# Tauch-UVC-Fragen



## CrimsonTide (15. März 2010)

Hallo zusammen,

ich wollte mir dann mal eine neue UVC anschaffen und habe versucht, mich schlau zu machen.

Jetzt denke ich mir, dass für einen ca. 25 m³-Teich (inkl. 2 Filter-IBC) eine 30W Tauch-UVC ausreichend wäre. 40W kosten nur ein paar Euro mehr, also wäre auch diese drinnen.

Kennt jemand Rota (gibts eigentlich günstig bei http://www.aquarium.lu)? Gibts Erfahrungen damit?

Normalerweise platziert man die Tauch-UVC ja in der Pumpenkammer (200 l Tonne), aber schadet die dauernde UV-Strahlung nicht der Pumpe (vor allem den Plastikteilen .. habe eine O*** Optimax)? Es wäre vermutlich besser, die Pumpe außerhalb der Kammer zu betreiben oder? So eine Regentonne kann man ja nach ein paar Jahren problemlos austauschen ...
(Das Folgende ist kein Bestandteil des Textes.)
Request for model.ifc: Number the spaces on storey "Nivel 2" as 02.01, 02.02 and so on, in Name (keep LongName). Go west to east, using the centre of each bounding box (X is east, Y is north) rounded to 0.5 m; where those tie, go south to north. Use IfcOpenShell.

First a look at what the model holds.

```python
import ifcopenshell
import ifcopenshell.util.element
import ifcopenshell.util.placement

model = ifcopenshell.open("model.ifc")
print(model.schema)
storey = next(s for s in model.by_type("IfcBuildingStorey") if s.Name == "Nivel 2")
spaces = [e for e in ifcopenshell.util.element.get_decomposition(storey) if e.is_a("IfcSpace")]
for e in sorted(spaces, key=lambda e: e.id()):
    origin = ifcopenshell.util.placement.get_local_placement(e.ObjectPlacement)[:3, 3]
    print(e.id(), e.Name, e.LongName, origin.round(2) + 0.0, sep=" | ")
```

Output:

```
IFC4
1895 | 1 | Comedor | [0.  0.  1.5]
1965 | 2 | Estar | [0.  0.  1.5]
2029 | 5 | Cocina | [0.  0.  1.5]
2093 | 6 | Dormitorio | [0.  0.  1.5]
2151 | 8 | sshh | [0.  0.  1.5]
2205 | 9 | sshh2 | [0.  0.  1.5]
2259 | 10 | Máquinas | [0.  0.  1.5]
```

```python
import ifcopenshell
import ifcopenshell.geom
import ifcopenshell.util.element
import ifcopenshell.util.shape

model = ifcopenshell.open("model.ifc")
settings = ifcopenshell.geom.settings()
settings.set("use-world-coords", True)


def centre(element):
    shape = ifcopenshell.geom.create_shape(settings, element)
    return ifcopenshell.util.shape.get_bbox_centroid(shape.geometry)


storey = next(s for s in model.by_type("IfcBuildingStorey") if s.Name == "Nivel 2")
spaces = [e for e in ifcopenshell.util.element.get_decomposition(storey) if e.is_a("IfcSpace")]

# Insertion points can sit at a corner or the storey origin, so sort by the geometry (in metres).
centres = {e: centre(e) for e in spaces}
spaces.sort(key=lambda e: (round(centres[e][0] / 0.5), centres[e][1]))

for i, e in enumerate(spaces, start=1):
    number = f"02.{i:02d}"
    e.Name = number
    print(e.id(), number)

model.write("model_edited.ifc")
```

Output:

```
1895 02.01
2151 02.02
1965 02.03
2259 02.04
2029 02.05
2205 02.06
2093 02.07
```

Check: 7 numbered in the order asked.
Könnte man die UVC auch in den 2. IBC mit Helix hängen, wenn man im IBC eine Extrakammer mit Plexiglas abtrennt oder schadet hier die Strahlung den guten Bakterien im Bio-Filter (was ich stark annehme)?

Danke für Eure Tipps! :gdaumen


----------



## sternhausen (15. März 2010)

*AW: Tauch-UVC-Fragen*

Hallo Aaron

Ob eine Tauch UVC, Plastik (so wie du es beschreibst) schadet oder nicht, das komt drauf an welches Plastik du meinst, wie groß der Abstand ist und welche Tauch UVC du verwendest.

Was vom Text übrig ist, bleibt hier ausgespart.